Related to the idea of Gibb’s free energy is Le Châtelier’s principle. As previously explained, Le Châtelier’s principle states that if a system at equilibrium is disturbed that system will undergo a process to return to equilibrium. This concept is utilized by cells in glycolysis, the citric acid cycle, and the production of amino and nucleic acids. Successive steps in glycolysis and the citric acid cycle keep the buildup of product from inhibiting previous steps when the cell needs that process to continue. As soon as enough products from one step in glycolysis are formed they can be used in a following step as needed. This utilization allows for the previous step to continue.
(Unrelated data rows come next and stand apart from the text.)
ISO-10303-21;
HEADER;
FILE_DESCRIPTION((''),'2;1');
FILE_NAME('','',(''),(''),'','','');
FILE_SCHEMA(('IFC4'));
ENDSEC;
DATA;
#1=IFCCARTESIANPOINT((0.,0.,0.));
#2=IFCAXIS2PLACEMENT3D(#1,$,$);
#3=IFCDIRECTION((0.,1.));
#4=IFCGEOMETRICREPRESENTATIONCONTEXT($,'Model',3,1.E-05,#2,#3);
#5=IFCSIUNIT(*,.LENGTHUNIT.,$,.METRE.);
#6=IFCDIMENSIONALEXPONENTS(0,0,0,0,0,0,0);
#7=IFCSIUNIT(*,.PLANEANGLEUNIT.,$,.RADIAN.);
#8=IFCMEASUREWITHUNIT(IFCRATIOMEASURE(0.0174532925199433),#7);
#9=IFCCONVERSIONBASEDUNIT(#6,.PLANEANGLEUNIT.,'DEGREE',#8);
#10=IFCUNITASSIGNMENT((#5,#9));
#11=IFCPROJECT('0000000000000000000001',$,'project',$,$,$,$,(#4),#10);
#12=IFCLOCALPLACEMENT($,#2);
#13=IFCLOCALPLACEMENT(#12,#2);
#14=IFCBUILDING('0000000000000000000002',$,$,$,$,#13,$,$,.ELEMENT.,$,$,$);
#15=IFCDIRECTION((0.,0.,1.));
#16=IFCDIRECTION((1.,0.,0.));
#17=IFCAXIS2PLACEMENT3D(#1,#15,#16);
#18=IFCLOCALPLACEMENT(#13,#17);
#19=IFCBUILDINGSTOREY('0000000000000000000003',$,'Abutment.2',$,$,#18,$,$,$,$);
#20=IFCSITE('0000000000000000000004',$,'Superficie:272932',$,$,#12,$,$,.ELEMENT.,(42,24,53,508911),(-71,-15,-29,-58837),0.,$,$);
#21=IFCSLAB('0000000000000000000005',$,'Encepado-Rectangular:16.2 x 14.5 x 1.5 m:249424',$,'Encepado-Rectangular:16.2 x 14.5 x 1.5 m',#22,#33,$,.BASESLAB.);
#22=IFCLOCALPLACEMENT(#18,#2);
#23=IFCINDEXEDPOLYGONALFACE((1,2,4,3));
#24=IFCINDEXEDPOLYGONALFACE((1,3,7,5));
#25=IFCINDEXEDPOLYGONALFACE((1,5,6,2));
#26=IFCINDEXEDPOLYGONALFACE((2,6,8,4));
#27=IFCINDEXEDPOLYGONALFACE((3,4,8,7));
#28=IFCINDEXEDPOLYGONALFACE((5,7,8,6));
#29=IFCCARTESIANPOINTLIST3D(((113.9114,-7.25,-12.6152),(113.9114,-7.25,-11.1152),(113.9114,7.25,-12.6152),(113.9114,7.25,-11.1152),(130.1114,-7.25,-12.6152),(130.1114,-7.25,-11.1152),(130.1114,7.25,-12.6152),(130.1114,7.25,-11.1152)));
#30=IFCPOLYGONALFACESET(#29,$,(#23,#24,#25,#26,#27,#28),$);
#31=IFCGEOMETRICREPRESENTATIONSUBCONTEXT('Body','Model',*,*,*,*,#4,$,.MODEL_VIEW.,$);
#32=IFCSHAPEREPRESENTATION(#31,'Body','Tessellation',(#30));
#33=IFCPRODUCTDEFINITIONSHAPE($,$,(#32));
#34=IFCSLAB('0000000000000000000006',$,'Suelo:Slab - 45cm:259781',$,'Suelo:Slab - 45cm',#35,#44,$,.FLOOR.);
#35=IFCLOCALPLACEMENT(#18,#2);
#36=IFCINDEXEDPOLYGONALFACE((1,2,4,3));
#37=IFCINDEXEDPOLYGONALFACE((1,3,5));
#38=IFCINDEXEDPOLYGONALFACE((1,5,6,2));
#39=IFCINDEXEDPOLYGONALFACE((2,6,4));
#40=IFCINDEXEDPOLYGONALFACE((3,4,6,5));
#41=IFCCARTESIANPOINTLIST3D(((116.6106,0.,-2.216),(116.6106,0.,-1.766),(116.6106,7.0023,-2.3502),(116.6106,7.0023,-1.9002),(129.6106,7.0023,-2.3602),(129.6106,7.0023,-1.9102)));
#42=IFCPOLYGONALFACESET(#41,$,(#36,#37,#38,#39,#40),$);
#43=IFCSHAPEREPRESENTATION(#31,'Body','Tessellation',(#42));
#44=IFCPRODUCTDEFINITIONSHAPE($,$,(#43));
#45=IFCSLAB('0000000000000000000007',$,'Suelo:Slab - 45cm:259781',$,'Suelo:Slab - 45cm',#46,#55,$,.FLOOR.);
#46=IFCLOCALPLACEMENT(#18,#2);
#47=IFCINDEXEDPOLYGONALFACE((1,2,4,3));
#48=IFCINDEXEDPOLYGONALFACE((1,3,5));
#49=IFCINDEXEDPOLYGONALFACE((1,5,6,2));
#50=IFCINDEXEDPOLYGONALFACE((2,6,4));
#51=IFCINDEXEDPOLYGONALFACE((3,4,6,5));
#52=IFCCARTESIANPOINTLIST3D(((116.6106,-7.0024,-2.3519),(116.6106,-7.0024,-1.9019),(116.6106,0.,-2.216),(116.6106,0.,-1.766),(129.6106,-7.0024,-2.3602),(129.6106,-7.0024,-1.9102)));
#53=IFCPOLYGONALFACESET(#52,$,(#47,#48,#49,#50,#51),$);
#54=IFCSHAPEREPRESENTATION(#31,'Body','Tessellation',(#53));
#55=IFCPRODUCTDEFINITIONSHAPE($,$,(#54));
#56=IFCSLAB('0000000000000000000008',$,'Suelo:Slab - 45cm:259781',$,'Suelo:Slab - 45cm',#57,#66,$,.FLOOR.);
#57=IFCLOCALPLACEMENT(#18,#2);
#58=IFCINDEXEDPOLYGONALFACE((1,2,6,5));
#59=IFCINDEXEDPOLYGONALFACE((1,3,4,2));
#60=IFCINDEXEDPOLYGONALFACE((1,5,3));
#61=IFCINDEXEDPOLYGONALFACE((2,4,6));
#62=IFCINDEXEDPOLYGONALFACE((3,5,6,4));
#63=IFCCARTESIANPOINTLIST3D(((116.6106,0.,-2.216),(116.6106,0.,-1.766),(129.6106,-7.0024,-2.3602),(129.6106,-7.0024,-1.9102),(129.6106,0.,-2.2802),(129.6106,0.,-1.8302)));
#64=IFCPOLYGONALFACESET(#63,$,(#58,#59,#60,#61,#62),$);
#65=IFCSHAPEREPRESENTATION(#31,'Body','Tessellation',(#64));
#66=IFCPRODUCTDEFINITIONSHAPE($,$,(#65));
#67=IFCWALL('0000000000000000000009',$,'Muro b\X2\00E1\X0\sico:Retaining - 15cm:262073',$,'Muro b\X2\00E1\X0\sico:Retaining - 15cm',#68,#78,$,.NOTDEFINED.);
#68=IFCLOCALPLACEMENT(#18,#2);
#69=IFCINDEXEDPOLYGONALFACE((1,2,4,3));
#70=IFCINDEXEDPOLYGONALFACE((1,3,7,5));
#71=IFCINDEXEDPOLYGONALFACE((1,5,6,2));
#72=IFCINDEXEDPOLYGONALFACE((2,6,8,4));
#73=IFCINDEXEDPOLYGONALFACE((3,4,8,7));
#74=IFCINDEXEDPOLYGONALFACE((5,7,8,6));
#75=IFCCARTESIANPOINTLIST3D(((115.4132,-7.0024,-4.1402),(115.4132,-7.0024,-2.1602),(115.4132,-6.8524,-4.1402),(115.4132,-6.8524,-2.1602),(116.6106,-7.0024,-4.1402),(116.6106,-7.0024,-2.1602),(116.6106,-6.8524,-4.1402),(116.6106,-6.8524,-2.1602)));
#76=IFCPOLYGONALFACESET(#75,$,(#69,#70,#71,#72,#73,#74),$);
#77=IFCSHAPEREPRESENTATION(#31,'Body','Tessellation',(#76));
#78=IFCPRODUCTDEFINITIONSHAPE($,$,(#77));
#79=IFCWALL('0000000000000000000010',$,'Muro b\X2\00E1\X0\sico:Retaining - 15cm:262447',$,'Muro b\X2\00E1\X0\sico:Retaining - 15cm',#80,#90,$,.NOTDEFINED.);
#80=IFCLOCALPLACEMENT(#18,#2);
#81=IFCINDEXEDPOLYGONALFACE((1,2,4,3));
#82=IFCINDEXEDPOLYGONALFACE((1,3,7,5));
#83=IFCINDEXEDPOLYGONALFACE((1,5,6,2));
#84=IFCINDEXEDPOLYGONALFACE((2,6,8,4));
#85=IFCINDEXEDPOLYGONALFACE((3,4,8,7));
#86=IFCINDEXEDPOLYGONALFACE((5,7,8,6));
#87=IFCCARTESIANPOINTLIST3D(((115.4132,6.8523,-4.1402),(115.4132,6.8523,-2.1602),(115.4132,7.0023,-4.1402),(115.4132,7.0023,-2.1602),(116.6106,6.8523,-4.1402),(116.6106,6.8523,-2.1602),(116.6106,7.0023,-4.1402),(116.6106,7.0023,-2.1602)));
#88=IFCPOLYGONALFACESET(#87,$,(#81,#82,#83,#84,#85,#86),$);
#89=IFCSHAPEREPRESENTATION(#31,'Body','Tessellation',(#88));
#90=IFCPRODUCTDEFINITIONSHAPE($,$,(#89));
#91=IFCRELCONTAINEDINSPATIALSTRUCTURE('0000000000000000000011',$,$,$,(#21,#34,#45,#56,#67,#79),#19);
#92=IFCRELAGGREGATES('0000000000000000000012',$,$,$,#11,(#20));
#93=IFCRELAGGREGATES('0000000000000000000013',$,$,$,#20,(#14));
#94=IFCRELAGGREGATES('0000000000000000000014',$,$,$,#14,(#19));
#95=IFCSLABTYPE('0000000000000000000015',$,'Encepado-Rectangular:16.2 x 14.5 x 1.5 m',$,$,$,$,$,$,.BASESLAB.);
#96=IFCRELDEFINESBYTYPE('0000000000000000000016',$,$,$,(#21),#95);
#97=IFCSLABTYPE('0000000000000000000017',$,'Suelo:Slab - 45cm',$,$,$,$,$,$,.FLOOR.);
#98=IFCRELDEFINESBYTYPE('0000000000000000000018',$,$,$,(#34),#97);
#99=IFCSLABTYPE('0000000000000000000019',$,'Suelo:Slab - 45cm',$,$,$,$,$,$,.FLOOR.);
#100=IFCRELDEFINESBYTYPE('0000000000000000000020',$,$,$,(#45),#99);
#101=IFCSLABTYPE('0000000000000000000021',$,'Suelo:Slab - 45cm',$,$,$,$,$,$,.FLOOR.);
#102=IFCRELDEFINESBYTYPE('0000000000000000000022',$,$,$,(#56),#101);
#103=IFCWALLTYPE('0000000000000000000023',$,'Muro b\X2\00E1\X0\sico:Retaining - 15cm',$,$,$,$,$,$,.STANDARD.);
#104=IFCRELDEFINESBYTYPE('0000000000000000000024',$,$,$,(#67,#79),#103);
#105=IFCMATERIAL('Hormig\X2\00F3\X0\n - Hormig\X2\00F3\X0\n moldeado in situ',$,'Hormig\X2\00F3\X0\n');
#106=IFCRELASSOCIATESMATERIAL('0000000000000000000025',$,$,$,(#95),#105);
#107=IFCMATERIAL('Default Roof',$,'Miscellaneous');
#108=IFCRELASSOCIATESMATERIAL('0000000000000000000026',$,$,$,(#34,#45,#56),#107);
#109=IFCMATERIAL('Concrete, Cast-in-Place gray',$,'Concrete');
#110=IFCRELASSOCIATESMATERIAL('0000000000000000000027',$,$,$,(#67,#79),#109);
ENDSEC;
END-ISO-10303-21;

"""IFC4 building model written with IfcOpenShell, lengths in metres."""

from ifc_helpers import new_model, entity, si_unit, converted_unit, direction, frame, origin, origin_with_axes, place, context, subcontext, project, spatial, indexed_curve, outline, extrude, material, type_object, element, save


model = new_model("IFC4")

# Units and contexts
model_context = context("Model", 3, precision=1e-05, world=origin(), true_north=direction((0.0, 1.0)))
body_context = subcontext(model_context, "Body", "Model", "MODEL_VIEW")
ifc_project = project(units=[si_unit("LENGTHUNIT", "METRE"), converted_unit("PLANEANGLEUNIT", "DEGREE", entity("IfcRatioMeasure", 0.0174532925199433), si_unit("PLANEANGLEUNIT", "RADIAN"), dimensions=[0, 0, 0, 0, 0, 0, 0])], contexts=[model_context])

# Site, building, storey
site_placement = place(None, origin())
site = spatial("IfcSite", under=ifc_project, at=site_placement, Name="Superficie:272932", CompositionType="ELEMENT", RefLatitude=(42, 24, 53, 508911), RefLongitude=(-71, -15, -29, -58837), RefElevation=0.0)
building_placement = place(site_placement, origin())
building = spatial("IfcBuilding", under=site, at=building_placement, CompositionType="ELEMENT")
storey_placement = place(building_placement, origin_with_axes())
storey = spatial("IfcBuildingStorey", under=building, at=storey_placement, Name="Abutment.2")

# Slabs
ifc_material_1 = material(Name="Hormigón - Hormigón moldeado in situ", Category="Hormigón")
slab_type_1 = type_object("IfcSlabType", Name="Encepado-Rectangular:16.2 x 14.5 x 1.5 m", PredefinedType="BASESLAB", material=ifc_material_1)
slab_1_placement = place(storey_placement, frame((0.0, 0.0, -11.1152), z_axis=(0.0, 0.0, 1.0), x_axis=(1.0, 0.0, 0.0)))
element("IfcSlab", 1, at=slab_1_placement, inside=storey, type_object=slab_type_1, Name="Encepado-Rectangular:16.2 x 14.5 x 1.5 m:249424", ObjectType="Encepado-Rectangular:16.2 x 14.5 x 1.5 m", PredefinedType="BASESLAB", context=body_context, shape_type="SweptSolid", body=[
    extrude(outline(indexed_curve([(-8.1, -7.25), (8.1, -7.25), (8.1, 7.25), (-8.1, 7.25), (-8.1, -7.25)], self_intersect=False)), frame((122.0114, 0.0, -1.5), z_axis=(0.0, 0.0, 1.0), x_axis=(-1.0, 0.0, 0.0)), (0.0, 0.0, 1.0), 1.5),
])
ifc_material_2 = material(Name="Default Roof", Category="Miscellaneous")
slab_type_2 = type_object("IfcSlabType", Name="Suelo:Slab - 45cm", PredefinedType="FLOOR")
slab_2_placement = place(storey_placement, frame((116.6106, -7.0024, -2.3602), z_axis=(0.0, 0.0, 1.0), x_axis=(1.0, 0.0, 0.0)))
The citric acid cycle creates products that are not only used in successive steps in the citric acid cycle, but are used in production of amino acids and nucleic acids. The interconnectedness of these processes further allows for careful control of the cell’s energy and metabolites. The first and second laws govern these processes in ways that allows the cell to most efficiently produce the compounds it needs for life, growth, and reproduction, without producing excess.
Equation 2 also explains why body temperature must be closely regulated. Because Gibb’s free energy is temperature dependent, certain reactions are only spontaneous at specific temperatures. If one’s body was to stray too far outside of the preferred temperature range, not only would one’s proteins be denatured (cooked), but some reactions required for cell life and reproduction may no longer be spontaneous.
The Third Law of Thermodynamics
The Third Law of Thermodynamics states that the entropy of a perfect crystal, whose atoms are fixed and don’t move, vibrate or rotate, is zero when temperature is zero as measured in Kelvin. The Third Law serves to define zero entropy. It also serves to say that zero entropy cannot be reached by a finite number of steps because at 0 K there is no entropy difference, so an infinite number of steps would be needed. The Third Law is most commonly applied to systems at temperatures much lower than human body temperatures or in support of the first two laws of thermodynamics.